The question, of course, is which Sydney? Visiting some of the hottest food destinations right now, your path is likely to be well trodden. The breadth and depth of interesting eating in Sydney, though, means you can slice it a great number of ways and come up with an interesting result. Asian-influenced Italian. A comparison of the city’s various Chinatowns. Testing the theory that Sydney is home to the best Thai food outside Asia. The breakfast blitz. Barefoot luxury. Nothing but seafood. The city enjoyed on and from the water alone. Good options all. There’s a lot of Sydneys. Here’s one of my favourites:
Kick off with coffee at Neighbourhood, a hole in the wall distinguished by unfailingly friendly service from owner Sean McManus and quite possibly the best flat white in town. Fortified, you can now consider breakfast in earnest. Sydney likes breakfast. A lot. Spice yours up with a visit to Boon, a café within a glammed-up Thai grocery. Here deep-cuts from the Thai repertoire meet unusual pastries and a Sydney café sensibility – rare is the venue that serves Brickfields sourdough and matcha waffles on the one hand and ant-egg larb on the other. Rarer and more interesting still is a place that mingles the two streams. Thai-style pork crackling garnishes the avocado toast, while bacon and baked eggs make a fine complement to grilled pork skewers and congee.
Could it be lunch already? Let’s hope so. Two of the hottest options in town involve kitchens built around the hearth. At Ester, in the rapidly gentrifying streets of Chippendale, informed, easygoing service and a savvy, progressive wine list frame a menu that puts the wood-fired oven to unusually good use. The more-usual suspects such as ducks, bread and pies are baked and roasted with finesse, but the flames are also deployed to gently warm oysters (served with the twang of horseradish), char cauliflower (done with a splendid almond sauce and mint) and scorch mandarins to accessorise fat slices of cured kingfish with miso sauce.

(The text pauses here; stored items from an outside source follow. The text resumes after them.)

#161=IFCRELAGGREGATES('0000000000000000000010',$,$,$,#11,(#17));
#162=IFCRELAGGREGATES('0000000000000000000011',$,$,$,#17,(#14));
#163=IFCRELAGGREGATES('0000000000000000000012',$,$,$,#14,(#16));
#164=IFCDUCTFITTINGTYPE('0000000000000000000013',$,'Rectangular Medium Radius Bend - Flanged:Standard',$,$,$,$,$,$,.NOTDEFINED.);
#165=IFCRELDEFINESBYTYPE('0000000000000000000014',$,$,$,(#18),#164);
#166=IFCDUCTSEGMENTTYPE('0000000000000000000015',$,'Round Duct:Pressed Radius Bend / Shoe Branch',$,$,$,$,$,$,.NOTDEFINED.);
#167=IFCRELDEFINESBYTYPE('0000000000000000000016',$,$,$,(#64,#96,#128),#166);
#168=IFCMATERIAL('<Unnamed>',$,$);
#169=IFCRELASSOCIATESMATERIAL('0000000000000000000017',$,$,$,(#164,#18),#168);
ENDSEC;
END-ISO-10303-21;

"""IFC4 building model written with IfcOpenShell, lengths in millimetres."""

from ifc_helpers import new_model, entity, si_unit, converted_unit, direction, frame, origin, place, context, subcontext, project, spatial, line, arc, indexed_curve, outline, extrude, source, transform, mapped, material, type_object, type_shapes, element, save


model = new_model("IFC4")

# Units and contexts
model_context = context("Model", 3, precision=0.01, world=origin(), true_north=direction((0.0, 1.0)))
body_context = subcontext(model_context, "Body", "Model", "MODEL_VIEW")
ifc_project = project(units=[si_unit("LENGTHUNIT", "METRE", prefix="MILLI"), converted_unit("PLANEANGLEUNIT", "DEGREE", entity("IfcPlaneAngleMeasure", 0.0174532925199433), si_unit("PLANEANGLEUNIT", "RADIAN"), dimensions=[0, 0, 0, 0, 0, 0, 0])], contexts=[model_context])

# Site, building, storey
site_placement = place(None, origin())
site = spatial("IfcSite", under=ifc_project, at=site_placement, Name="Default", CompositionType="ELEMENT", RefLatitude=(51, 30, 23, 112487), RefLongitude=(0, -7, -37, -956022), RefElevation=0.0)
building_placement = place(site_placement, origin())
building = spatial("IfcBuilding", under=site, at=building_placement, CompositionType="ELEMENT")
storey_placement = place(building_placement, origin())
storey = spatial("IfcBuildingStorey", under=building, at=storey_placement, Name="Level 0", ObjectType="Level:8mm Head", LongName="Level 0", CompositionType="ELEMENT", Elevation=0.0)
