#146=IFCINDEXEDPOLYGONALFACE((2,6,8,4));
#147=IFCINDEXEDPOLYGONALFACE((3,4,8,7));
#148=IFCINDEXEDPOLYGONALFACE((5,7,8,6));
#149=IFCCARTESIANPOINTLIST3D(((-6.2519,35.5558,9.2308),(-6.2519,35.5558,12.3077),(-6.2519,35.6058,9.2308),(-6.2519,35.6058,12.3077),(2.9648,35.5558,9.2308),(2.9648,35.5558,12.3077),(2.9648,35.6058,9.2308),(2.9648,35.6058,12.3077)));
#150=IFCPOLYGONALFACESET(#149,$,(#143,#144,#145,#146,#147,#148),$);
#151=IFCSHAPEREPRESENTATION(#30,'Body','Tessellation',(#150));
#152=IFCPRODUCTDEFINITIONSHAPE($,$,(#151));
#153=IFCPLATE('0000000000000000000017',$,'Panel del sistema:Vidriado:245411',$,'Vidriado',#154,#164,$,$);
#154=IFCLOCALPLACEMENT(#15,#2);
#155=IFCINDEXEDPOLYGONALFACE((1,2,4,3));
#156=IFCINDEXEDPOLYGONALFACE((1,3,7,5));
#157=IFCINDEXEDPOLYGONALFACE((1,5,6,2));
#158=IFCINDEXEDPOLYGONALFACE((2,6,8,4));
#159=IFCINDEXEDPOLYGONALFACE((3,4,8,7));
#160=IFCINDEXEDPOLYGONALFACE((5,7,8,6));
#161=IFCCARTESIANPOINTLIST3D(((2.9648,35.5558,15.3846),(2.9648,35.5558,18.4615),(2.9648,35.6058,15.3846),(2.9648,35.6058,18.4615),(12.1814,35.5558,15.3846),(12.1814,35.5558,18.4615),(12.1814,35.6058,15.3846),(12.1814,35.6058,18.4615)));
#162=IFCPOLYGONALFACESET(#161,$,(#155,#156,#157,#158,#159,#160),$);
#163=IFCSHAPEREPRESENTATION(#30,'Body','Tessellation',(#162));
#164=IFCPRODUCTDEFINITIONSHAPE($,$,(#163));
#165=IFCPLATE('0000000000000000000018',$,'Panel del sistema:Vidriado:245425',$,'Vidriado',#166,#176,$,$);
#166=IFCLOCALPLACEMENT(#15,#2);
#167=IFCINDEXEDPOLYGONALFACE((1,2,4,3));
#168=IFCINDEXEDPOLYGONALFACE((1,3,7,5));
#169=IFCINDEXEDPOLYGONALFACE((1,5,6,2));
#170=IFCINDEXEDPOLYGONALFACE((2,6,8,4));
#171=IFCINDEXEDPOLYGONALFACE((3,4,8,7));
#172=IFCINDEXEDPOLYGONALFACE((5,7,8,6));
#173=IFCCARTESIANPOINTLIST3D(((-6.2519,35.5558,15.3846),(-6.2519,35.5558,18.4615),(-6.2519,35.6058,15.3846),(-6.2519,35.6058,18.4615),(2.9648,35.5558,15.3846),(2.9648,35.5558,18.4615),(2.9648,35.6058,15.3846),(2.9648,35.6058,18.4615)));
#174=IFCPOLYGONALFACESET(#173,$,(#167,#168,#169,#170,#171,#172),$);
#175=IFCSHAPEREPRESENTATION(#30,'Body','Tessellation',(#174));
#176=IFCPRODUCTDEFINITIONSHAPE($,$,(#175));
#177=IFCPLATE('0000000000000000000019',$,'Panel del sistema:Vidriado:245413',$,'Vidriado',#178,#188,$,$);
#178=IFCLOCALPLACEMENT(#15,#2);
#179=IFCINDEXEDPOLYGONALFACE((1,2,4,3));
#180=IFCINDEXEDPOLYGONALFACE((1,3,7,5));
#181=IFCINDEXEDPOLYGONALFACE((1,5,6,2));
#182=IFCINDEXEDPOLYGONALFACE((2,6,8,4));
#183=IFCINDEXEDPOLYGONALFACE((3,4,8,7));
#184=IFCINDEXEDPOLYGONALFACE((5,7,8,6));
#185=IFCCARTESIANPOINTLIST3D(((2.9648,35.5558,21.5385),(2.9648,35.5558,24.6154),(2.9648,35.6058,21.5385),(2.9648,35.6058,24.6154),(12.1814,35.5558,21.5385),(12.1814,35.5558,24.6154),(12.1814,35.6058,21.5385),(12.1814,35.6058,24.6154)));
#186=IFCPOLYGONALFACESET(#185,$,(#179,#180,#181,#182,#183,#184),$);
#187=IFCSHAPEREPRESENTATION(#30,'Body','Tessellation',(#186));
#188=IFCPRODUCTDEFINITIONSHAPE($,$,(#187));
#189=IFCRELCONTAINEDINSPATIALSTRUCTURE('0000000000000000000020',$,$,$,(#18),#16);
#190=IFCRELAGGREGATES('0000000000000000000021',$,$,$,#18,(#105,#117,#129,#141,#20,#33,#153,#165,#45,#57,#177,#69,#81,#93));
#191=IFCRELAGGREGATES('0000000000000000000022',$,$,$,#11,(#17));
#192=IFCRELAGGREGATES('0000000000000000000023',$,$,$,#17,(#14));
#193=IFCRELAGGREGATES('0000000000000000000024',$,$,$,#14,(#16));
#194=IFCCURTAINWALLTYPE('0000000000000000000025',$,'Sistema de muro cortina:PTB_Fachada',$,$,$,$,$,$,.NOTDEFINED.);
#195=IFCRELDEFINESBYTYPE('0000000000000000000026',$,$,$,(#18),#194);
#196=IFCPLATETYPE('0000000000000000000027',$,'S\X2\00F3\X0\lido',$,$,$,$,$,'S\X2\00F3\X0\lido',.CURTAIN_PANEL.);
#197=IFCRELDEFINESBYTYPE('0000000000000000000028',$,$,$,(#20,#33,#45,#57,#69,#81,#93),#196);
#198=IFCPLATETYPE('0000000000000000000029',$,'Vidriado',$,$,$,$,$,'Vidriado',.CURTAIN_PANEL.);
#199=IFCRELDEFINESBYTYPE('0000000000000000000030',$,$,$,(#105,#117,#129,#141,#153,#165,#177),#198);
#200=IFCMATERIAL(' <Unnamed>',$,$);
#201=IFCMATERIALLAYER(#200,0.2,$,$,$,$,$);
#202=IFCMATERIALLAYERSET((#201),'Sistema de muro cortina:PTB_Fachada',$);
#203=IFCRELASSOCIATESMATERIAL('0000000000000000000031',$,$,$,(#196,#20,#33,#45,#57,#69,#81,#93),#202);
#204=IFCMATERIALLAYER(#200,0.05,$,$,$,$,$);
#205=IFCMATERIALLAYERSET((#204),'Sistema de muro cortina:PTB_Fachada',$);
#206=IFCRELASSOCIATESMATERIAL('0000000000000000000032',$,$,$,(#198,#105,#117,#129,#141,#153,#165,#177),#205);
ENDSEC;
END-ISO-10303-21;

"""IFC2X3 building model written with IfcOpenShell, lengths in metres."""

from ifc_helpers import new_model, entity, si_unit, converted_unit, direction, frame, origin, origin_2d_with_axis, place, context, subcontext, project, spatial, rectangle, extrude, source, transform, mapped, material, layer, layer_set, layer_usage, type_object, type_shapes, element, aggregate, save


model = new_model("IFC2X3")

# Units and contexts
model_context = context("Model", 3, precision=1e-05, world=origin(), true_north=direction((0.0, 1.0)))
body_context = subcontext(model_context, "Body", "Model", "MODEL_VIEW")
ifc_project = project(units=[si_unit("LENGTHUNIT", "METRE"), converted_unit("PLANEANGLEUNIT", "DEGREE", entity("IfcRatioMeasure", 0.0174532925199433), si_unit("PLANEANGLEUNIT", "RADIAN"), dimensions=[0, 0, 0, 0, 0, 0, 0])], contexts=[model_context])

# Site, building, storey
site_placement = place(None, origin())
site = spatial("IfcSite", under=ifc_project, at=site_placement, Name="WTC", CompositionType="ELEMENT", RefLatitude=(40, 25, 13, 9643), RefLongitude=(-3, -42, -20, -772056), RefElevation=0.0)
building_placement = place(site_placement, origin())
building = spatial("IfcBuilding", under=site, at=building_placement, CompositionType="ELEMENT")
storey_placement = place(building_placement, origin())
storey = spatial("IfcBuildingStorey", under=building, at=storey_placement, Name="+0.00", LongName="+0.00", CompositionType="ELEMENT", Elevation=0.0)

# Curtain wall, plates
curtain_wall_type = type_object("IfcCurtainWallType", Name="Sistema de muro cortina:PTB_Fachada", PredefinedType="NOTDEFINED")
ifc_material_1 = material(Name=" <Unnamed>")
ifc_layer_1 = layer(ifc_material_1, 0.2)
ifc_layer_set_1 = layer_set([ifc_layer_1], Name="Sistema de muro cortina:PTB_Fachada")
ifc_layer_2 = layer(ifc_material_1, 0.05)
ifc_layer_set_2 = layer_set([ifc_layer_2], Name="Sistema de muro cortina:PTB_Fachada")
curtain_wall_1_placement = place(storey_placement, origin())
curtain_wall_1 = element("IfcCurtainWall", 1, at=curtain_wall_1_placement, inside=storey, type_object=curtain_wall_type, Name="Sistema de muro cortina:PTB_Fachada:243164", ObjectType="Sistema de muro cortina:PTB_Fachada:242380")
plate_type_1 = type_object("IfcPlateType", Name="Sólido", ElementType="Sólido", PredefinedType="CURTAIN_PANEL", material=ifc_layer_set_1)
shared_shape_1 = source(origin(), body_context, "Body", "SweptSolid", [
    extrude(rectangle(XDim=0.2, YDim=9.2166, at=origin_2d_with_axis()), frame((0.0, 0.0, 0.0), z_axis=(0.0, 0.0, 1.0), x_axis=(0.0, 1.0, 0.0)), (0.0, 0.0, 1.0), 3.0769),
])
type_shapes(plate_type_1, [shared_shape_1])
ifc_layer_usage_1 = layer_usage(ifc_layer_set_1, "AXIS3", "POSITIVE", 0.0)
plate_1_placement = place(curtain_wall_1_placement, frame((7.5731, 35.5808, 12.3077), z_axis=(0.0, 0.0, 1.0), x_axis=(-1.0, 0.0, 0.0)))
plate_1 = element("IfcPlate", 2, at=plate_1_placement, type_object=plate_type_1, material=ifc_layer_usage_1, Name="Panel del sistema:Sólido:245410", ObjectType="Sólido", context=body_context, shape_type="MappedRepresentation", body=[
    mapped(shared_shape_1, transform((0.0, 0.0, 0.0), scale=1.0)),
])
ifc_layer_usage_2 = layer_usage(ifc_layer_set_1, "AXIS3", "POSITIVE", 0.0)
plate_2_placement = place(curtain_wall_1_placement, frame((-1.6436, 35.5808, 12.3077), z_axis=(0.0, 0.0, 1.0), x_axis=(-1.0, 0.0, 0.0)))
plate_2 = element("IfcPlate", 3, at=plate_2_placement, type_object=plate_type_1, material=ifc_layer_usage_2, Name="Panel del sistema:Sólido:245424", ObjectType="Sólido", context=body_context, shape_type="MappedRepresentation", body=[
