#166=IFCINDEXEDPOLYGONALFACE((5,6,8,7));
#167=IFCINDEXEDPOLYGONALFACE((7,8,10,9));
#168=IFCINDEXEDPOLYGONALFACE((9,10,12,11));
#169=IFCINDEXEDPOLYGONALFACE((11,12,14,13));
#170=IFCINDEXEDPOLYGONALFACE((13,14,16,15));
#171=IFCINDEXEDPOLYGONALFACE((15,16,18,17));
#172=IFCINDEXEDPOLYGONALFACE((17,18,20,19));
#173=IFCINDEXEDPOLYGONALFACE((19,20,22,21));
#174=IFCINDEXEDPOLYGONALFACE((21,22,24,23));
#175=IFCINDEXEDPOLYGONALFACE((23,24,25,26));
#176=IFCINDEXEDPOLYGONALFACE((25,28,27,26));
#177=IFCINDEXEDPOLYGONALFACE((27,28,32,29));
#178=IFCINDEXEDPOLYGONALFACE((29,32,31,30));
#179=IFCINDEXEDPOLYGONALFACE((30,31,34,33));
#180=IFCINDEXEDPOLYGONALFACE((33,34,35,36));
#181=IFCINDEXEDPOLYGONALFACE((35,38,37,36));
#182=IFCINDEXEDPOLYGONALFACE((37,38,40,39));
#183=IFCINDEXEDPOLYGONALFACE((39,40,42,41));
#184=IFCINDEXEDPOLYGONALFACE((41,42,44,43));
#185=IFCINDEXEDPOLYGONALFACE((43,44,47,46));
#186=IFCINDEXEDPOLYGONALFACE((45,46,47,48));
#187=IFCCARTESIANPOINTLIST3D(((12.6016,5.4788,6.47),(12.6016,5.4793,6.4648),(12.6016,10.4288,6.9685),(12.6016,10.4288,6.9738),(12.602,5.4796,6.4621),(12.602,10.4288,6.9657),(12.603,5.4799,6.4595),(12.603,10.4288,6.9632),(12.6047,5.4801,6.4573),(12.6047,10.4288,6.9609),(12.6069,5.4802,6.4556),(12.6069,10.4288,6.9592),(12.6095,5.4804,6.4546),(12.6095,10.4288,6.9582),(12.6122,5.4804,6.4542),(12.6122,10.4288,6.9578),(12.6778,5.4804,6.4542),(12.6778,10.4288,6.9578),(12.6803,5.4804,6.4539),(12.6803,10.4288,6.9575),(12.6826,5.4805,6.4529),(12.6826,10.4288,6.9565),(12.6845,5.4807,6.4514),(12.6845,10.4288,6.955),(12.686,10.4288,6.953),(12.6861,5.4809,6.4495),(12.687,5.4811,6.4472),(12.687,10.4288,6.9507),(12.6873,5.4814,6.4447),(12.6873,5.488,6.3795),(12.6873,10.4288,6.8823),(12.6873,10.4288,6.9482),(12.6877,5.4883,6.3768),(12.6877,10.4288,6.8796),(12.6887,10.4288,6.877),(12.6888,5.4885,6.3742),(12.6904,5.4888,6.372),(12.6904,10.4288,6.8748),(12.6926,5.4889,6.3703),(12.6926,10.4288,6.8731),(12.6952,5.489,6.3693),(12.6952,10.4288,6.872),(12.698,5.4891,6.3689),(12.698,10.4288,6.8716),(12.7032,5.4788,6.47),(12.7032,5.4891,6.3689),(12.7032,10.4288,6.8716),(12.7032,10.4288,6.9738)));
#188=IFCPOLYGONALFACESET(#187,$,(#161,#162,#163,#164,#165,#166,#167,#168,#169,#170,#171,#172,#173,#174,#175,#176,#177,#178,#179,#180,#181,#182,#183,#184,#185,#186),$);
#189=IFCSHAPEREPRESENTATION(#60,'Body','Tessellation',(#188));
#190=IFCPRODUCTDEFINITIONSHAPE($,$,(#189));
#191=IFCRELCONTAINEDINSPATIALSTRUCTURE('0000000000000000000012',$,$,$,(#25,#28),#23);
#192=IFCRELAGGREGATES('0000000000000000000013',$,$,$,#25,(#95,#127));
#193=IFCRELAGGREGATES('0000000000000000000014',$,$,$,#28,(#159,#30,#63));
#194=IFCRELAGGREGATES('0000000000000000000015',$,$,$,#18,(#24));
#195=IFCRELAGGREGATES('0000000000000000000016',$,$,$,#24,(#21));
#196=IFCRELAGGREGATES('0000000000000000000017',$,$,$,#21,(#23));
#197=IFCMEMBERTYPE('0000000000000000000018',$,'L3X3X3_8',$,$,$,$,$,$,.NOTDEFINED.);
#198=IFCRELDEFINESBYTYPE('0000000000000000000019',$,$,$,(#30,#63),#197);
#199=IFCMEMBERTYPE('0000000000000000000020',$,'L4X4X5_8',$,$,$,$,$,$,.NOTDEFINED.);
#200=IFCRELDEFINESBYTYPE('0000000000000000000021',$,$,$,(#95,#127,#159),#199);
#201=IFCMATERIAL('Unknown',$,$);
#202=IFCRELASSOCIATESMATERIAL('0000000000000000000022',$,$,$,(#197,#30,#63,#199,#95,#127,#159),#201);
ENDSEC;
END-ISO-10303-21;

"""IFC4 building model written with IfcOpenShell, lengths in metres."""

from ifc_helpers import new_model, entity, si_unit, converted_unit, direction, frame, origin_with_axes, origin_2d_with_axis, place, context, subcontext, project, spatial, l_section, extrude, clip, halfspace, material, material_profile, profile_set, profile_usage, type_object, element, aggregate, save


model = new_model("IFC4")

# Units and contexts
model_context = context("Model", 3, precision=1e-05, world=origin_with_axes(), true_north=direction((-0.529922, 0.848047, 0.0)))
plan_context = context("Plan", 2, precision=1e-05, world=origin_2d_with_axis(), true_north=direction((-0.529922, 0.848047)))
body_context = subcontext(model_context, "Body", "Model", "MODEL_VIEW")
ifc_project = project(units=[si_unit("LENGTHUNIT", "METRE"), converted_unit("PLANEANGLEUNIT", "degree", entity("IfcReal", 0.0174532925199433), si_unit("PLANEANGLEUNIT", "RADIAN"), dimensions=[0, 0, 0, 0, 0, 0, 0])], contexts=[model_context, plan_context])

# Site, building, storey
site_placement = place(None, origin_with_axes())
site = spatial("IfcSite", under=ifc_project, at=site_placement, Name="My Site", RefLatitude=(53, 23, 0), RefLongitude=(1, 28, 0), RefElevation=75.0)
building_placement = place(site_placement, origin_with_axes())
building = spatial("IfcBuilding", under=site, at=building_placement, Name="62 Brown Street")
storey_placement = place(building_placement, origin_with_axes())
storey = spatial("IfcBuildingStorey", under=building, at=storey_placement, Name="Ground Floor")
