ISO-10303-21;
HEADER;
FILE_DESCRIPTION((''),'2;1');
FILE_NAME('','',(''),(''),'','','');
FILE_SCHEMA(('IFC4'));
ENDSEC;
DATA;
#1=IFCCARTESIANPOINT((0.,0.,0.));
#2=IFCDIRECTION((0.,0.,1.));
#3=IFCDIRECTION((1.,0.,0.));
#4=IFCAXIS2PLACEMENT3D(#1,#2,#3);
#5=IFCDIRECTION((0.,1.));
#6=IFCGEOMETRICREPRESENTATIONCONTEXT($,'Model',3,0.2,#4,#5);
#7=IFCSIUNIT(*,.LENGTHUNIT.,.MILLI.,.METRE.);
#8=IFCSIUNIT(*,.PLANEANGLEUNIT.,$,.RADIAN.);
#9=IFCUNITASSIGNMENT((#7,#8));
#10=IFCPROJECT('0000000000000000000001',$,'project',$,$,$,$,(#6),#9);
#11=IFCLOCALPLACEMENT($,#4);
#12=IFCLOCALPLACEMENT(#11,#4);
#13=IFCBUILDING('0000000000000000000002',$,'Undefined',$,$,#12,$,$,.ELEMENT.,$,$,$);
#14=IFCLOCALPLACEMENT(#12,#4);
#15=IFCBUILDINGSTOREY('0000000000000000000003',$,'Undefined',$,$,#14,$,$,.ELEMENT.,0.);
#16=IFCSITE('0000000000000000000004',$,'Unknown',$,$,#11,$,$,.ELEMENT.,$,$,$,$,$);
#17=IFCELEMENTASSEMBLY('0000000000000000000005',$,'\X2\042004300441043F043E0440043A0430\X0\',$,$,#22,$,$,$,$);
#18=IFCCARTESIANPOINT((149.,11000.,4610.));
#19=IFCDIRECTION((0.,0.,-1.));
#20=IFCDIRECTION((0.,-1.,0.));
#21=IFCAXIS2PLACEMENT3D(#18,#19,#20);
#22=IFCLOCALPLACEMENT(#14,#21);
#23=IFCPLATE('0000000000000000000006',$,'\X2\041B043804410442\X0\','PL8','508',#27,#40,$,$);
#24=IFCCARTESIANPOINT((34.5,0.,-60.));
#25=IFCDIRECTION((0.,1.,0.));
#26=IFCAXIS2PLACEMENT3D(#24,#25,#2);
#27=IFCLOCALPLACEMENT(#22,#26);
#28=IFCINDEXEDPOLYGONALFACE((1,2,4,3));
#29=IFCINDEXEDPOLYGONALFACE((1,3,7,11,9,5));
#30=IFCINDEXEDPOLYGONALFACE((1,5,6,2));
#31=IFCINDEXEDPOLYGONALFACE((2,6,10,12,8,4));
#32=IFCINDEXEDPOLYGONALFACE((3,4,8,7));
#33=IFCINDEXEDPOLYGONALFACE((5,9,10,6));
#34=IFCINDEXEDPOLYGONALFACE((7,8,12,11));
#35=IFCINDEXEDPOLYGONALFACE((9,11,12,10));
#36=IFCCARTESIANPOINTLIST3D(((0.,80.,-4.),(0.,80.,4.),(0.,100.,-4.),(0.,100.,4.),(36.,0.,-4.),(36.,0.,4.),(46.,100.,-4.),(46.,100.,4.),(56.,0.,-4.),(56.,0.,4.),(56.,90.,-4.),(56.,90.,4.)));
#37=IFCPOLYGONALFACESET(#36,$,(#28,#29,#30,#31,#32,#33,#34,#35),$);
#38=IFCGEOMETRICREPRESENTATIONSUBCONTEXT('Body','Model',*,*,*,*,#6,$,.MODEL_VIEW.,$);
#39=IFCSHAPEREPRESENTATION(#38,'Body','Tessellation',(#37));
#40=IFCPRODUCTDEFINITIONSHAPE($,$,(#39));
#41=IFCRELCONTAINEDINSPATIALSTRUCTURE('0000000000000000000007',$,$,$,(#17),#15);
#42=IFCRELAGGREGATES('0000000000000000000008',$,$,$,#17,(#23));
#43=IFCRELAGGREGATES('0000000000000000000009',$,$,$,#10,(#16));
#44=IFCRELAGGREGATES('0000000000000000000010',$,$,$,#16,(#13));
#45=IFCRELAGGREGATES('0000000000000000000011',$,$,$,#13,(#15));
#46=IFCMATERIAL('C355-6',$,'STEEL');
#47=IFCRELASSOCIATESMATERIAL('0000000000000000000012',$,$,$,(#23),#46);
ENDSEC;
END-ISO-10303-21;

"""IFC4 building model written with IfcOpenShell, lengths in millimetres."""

from ifc_helpers import new_model, si_unit, direction, frame, origin_with_axes, place, context, subcontext, project, spatial, line, indexed_curve, outline, extrude, material, element, aggregate, save


model = new_model("IFC4")

# Units and contexts
model_context = context("Model", 3, precision=0.2, world=origin_with_axes(), true_north=direction((0.0, 1.0)))
body_context = subcontext(model_context, "Body", "Model", "MODEL_VIEW")
ifc_project = project(units=[si_unit("LENGTHUNIT", "METRE", prefix="MILLI"), si_unit("PLANEANGLEUNIT", "RADIAN")], contexts=[model_context])

# Site, building, storey
site_placement = place(None, origin_with_axes())
site = spatial("IfcSite", under=ifc_project, at=site_placement, Name="Unknown", CompositionType="ELEMENT")
building_placement = place(site_placement, origin_with_axes())
building = spatial("IfcBuilding", under=site, at=building_placement, Name="Undefined", CompositionType="ELEMENT")
storey_placement = place(building_placement, origin_with_axes())
storey = spatial("IfcBuildingStorey", under=building, at=storey_placement, Name="Undefined", CompositionType="ELEMENT", Elevation=0.0)

# Shared definitions
ifc_material_1 = material(Name="C355-6", Category="STEEL")

# Element assembly, plate
assembly_1_placement = place(storey_placement, frame((149.0, 11000.0, 4610.0), z_axis=(0.0, 0.0, -1.0), x_axis=(0.0, -1.0, 0.0)))
assembly_1 = element("IfcElementAssembly", 1, at=assembly_1_placement, inside=storey, Name="Распорка")
plate_1_placement = place(assembly_1_placement, frame((34.5, 0.0, -60.0), z_axis=(0.0, 1.0, 0.0), x_axis=(0.0, 0.0, 1.0)))
plate_1 = element("IfcPlate", 2, at=plate_1_placement, material=ifc_material_1, Name="Лист", Description="PL8", ObjectType="508", context=body_context, shape_type="SolidModel", body=[
    extrude(outline(indexed_curve([(0.0, 80.0), (36.0, 0.0), (56.0, 0.0), (56.0, 90.0), (46.0, 100.0), (0.0, 100.0)], segments=[line(1, 2, 3, 4, 5, 6, 1)])), frame((0.0, 0.0, 4.0), z_axis=(0.0, 0.0, 1.0), x_axis=(1.0, 0.0, 0.0)), (0.0, 0.0, -1.0), 8.0),
])
aggregate(assembly_1, [plate_1])

save(model, "model.ifc")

At Firedoor, meanwhile, Lennox Hastie takes the skills he learned working at the globally acclaimed Basque-country restaurant Etxebarri and translates them to Surry Hills, in a kitchen where all the cooking – repeat,allthe cooking – is done over coals. The real surprise here is the delicacy of Hastie’s touch: marron, Australia’s luxurious freshwater lobster, for instance, sings with sweetness, accented with finger lime and native herbs. Firedoor also serves one of the most serious dry-aged steaks in the country – albeit at the most serious price of $149.
All this eating is apt to make a person thirsty. Seek refreshment at 10 William St, a wine bar that sneaks some surprising and subversive influences into its ostensibly Italian cellar and menu.
And then it’s time for dinner. Few restaurants better characterise the modern face of Sydney cooking right now than Automata. The setting is polished and the outlook is cosmopolitan, but even as they take wing with wild ideas on the plate and in the glass (hello Balmain bug tail with steamed eggplant and XO sauce) chef Clayton Wells and his team work to keep things grounded and friendly. Dreaming big and treading lightly: could this be the new flavour of Sydney?